Job froze the image again, just, it seemed to Olivia, when she was at her most ungainly. ‘What were you thinking at this point, Ms Milton?’
Olivia shrugged. ‘I don’t know…that I needed to stop him before he injured the cashier, I suppose. Why, what should I have been thinking?’
The last bit came out snappier than she had intended, if his brief stillness was anything
to go by.
‘Any number of questions spring to mind. Where did the boy come from? You’ve said you didn’t see him actually arrive. So, did he walk? Get out of a car? Off the back of a motorcycle? The vital question is, is he alone, or does he have accomplices who may be armed, also?’
He tapped a finger as if on the head of her 3D image and she flinched, like he’d just stuck a pin into a voodoo doll.
‘At this point you are fixated on your one main target, Ms Milton. You are blind to your surroundings and have completely disregarded any other possible sources of danger—to yourself or the public.’
The tableau moved on again, while her blush scaled her cheeks and neck. It wouldn’t have been so bad if he’d been wrong…
He didn’t comment through her brief exchange with Trevor, and the boy’s grab for the money. Olivia watched herself bring the Taser up, holding the weapon out in front of her as if she was afraid of it. Afraid of what it might do. Pathetic, really.

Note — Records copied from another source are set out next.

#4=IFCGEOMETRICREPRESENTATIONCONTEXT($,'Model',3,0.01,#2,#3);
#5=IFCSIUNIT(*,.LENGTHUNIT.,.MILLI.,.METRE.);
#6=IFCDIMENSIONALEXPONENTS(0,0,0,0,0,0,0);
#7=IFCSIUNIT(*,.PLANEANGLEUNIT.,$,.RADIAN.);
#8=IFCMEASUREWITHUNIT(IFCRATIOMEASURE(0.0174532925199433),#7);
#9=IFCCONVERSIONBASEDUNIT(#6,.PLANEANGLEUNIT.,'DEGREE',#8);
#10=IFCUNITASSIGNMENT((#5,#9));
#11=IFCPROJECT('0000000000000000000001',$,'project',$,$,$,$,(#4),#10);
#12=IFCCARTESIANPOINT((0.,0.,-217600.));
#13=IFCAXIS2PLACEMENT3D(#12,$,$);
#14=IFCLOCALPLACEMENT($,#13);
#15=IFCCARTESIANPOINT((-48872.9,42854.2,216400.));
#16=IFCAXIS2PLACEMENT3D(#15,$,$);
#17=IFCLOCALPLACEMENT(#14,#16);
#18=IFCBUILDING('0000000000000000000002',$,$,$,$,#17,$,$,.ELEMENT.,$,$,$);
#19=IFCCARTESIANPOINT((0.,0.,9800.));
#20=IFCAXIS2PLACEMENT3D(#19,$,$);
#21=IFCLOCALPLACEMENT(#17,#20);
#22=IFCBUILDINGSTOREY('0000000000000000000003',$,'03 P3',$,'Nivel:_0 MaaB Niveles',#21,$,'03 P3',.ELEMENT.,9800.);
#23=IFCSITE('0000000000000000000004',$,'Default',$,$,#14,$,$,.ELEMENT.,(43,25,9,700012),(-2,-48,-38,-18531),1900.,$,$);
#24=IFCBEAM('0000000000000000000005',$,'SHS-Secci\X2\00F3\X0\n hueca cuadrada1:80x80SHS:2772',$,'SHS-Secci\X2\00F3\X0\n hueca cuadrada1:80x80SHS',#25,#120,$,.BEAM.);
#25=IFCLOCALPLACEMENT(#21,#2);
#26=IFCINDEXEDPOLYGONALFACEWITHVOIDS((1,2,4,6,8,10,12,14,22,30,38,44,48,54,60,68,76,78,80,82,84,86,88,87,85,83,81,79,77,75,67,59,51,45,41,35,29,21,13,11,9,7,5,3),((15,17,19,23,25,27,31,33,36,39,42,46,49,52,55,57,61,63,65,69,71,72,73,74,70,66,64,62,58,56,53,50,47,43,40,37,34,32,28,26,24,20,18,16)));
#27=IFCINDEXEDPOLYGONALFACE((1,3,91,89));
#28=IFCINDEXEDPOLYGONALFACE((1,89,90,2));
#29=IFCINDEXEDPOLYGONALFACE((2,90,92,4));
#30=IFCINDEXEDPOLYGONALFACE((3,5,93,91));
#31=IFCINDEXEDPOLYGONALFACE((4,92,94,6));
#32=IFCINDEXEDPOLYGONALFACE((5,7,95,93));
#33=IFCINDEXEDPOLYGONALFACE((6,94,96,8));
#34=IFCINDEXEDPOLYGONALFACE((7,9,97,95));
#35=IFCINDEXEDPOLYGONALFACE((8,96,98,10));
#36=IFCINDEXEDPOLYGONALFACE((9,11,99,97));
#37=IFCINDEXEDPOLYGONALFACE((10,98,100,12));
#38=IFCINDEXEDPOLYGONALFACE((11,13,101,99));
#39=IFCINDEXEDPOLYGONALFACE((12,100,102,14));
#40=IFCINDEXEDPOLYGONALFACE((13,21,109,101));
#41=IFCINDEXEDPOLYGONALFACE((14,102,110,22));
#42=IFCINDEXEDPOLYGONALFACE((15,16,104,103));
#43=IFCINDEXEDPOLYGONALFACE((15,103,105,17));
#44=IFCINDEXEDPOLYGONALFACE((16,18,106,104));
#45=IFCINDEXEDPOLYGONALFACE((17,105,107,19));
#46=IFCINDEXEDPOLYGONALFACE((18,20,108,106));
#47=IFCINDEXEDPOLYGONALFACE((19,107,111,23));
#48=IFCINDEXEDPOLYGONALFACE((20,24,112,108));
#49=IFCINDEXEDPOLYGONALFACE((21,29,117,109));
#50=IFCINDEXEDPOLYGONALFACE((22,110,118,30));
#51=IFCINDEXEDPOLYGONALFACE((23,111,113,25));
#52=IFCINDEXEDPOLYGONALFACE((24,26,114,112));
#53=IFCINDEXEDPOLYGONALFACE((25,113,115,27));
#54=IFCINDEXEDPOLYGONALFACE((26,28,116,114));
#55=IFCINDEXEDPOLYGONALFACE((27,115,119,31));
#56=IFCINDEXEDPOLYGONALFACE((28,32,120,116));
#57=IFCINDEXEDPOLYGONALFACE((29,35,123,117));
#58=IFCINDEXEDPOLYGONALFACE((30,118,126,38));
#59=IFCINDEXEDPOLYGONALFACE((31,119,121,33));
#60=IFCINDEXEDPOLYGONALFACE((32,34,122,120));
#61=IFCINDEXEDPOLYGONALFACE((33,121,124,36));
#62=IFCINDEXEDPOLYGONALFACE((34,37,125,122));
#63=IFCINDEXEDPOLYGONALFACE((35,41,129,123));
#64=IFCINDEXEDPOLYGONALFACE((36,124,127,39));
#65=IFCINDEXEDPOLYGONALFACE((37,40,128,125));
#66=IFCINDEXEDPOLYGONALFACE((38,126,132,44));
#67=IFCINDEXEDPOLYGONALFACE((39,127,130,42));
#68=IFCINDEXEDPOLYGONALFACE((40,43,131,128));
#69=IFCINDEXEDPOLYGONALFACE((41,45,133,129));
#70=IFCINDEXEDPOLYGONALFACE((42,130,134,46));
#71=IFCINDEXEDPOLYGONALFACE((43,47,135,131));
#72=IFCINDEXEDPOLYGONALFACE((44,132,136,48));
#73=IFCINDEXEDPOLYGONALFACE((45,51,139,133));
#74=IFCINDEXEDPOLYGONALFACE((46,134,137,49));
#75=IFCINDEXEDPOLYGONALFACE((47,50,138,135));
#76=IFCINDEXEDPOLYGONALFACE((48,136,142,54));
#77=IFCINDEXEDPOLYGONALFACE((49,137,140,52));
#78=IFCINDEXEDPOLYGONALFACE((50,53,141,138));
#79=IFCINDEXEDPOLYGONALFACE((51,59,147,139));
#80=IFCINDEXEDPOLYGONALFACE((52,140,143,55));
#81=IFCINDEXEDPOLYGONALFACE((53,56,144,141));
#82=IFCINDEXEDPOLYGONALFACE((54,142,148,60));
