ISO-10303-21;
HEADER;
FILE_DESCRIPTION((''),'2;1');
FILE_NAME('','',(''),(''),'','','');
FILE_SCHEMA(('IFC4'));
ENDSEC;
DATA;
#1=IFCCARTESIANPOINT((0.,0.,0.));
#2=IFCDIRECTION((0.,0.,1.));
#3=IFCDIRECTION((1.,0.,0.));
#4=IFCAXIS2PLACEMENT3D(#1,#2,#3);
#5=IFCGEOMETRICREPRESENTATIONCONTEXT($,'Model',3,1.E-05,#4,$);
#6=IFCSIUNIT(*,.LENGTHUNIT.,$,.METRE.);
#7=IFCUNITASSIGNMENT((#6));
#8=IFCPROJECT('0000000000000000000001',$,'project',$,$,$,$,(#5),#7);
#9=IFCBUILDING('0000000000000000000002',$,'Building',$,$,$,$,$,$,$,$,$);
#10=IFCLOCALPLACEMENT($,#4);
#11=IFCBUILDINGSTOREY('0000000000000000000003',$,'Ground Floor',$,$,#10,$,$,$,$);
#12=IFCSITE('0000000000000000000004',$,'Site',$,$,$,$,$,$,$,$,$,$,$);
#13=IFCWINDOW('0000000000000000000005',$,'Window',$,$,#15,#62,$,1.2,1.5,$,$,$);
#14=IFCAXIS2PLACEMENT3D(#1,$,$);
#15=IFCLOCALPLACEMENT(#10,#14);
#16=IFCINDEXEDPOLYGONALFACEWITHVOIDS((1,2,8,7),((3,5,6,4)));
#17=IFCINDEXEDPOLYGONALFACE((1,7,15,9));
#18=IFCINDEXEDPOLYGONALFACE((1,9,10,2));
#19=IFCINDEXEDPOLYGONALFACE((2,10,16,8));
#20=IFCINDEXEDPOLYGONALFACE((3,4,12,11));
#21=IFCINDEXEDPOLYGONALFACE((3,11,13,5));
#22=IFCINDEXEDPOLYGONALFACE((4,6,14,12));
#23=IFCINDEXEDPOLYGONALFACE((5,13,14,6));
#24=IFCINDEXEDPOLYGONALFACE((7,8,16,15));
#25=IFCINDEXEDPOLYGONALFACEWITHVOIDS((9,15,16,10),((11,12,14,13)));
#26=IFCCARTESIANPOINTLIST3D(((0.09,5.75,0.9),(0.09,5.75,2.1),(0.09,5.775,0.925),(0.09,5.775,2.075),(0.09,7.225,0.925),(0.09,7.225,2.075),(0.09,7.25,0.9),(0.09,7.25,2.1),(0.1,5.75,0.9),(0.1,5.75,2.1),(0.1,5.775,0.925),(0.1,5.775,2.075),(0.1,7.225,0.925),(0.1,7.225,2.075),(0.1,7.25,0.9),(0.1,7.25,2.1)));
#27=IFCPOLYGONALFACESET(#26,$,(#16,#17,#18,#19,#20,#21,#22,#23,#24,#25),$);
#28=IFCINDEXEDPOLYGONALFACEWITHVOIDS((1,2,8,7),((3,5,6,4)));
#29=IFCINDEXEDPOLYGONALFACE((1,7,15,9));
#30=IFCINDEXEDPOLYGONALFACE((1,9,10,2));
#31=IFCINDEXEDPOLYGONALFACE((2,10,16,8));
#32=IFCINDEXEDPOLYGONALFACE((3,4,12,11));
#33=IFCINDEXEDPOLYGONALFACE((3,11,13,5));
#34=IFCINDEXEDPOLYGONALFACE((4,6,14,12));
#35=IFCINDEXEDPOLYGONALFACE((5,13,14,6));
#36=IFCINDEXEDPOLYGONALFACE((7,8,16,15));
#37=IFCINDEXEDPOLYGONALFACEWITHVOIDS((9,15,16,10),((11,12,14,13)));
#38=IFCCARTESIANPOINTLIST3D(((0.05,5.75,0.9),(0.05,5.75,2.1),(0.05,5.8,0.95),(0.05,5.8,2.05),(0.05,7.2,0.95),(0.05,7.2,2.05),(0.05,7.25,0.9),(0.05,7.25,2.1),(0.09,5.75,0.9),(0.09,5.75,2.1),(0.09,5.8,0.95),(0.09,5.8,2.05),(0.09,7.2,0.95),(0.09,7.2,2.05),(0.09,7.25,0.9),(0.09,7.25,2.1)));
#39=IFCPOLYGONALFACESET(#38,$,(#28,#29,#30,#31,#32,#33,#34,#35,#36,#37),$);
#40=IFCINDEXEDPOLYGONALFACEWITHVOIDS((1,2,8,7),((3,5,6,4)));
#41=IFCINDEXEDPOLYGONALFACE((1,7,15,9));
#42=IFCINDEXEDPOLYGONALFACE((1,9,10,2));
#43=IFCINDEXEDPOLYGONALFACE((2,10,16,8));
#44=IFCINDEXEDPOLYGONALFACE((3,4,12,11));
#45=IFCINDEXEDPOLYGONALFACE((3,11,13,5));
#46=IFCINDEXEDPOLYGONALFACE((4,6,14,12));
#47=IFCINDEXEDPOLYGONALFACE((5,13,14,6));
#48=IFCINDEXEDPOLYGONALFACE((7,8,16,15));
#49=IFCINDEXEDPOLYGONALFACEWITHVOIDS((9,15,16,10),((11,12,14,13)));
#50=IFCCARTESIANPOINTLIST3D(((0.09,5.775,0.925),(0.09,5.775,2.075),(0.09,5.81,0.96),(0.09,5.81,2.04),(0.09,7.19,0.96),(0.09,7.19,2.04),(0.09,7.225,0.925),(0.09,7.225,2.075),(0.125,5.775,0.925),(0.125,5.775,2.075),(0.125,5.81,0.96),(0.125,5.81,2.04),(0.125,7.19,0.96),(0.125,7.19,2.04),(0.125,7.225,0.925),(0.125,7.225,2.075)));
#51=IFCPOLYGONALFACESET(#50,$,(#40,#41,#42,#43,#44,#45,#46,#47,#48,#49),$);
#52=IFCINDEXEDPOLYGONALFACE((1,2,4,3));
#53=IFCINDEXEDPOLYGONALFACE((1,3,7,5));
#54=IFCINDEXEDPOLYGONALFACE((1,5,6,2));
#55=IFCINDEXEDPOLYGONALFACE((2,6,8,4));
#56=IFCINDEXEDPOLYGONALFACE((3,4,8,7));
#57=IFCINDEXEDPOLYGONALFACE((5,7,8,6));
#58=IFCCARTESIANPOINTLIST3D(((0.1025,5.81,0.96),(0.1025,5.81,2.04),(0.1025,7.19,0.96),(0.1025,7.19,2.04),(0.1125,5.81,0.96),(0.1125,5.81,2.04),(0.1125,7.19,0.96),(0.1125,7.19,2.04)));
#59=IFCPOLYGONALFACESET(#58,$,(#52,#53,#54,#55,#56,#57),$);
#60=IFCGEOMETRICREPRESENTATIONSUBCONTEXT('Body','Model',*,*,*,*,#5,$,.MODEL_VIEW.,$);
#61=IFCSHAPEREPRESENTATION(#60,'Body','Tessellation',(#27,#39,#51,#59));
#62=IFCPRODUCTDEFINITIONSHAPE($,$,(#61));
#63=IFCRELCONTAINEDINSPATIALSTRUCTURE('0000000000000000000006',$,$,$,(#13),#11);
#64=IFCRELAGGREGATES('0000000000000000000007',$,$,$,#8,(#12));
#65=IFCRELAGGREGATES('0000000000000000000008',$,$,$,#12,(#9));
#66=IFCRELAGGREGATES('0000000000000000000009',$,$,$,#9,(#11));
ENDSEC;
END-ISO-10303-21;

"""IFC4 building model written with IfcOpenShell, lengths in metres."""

from ifc_helpers import new_model, si_unit, frame, origin_with_axes, place, context, subcontext, project, spatial, line, indexed_curve, outline, extrude, element, save


model = new_model("IFC4")

# Units and contexts
model_context = context("Model", 3, precision=1e-05, world=origin_with_axes())
body_context = subcontext(model_context, "Body", "Model", "MODEL_VIEW")
ifc_project = project(units=[si_unit("LENGTHUNIT", "METRE")], contexts=[model_context])

# Site, building, storey
site = spatial("IfcSite", under=ifc_project, Name="Site")
building = spatial("IfcBuilding", under=site, Name="Building")
storey_placement = place(None, origin_with_axes())
storey = spatial("IfcBuildingStorey", under=building, at=storey_placement, Name="Ground Floor")

# Window
window_1_placement = place(storey_placement, frame((0.0, 7.25, 0.9), z_axis=(0.0, 0.0, 1.0), x_axis=(0.0, -1.0, 0.0)))
element("IfcWindow", 1, at=window_1_placement, inside=storey, Name="Window", OverallHeight=1.2, OverallWidth=1.5, context=body_context, shape_type="SweptSolid", body=[
    extrude(outline(indexed_curve([(0.0, 0.0), (1.5, 0.0), (1.5, 1.2), (0.0, 1.2)], segments=[line(1, 2, 3, 4, 1)]), holes=[indexed_curve([(0.025, 0.025), (1.475, 0.025), (1.475, 1.175), (0.025, 1.175)], segments=[line(1, 2, 3, 4, 1)])]), frame((0.0, 0.09, 0.0), z_axis=(0.0, -1.0, 0.0), x_axis=(1.0, 0.0, 0.0)), (0.0, 0.0, -1.0), 0.01),
    extrude(outline(indexed_curve([(0.0, 0.0), (1.5, 0.0), (1.5, 1.2), (0.0, 1.2)], segments=[line(1, 2, 3, 4, 1)]), holes=[indexed_curve([(0.05, 0.05), (1.45, 0.05), (1.45, 1.15), (0.05, 1.15)], segments=[line(1, 2, 3, 4, 1)])]), frame((0.0, 0.05, 0.0), z_axis=(0.0, -1.0, 0.0), x_axis=(1.0, 0.0, 0.0)), (0.0, 0.0, -1.0), 0.04),
    extrude(outline(indexed_curve([(0.0, 0.0), (1.45, 0.0), (1.45, 1.15), (0.0, 1.15)], segments=[line(1, 2, 3, 4, 1)]), holes=[indexed_curve([(0.035, 0.035), (1.415, 0.035), (1.415, 1.115), (0.035, 1.115)], segments=[line(1, 2, 3, 4, 1)])]), frame((0.025, 0.09, 0.025), z_axis=(0.0, -1.0, 0.0), x_axis=(1.0, 0.0, 0.0)), (0.0, 0.0, -1.0), 0.035),
    extrude(outline(indexed_curve([(0.035, 0.035), (1.415, 0.035), (1.415, 1.115), (0.035, 1.115)], segments=[line(1, 2, 3, 4, 1)])), frame((0.025, 0.1025, 0.025), z_axis=(0.0, -1.0, 0.0), x_axis=(1.0, 0.0, 0.0)), (0.0, 0.0, -1.0), 0.01),
])

save(model, "model.ifc")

At the time she’d been so certain that the boy had aimed his gun at her, that he’d been about to pull the trigger. Now she saw that he’d been trying to surrender it.
And she’d shot him anyway.
Job stopped the replay again. The projector juddered in protest. ‘If one of the legal scavengers decides to take this on, you may face charges for excessive force. Just as, before the firearm ban, you’d now be held on a manslaughter charge at the very least.’ He leaned closer, studying the weapon in her hand. ‘That’s a nice piece, but carry the standard-issue Taser in future.’
‘I’m told they’re not as good. Less range and power.’
‘That might be so, but they are also instantly recognisable, and impossible to mistake for anything else.’
‘I see,’ she murmured, but her voice must have told him that she didn’t.
He sighed. ‘You have a lot to learn, Ms Milton, but you have a great deal of potential, and if you’re prepared to stay for long enough, I can train you. But it’s not something you can pick up in six months or a year, and then move on. Not if you truly want to fulfill all that promise.’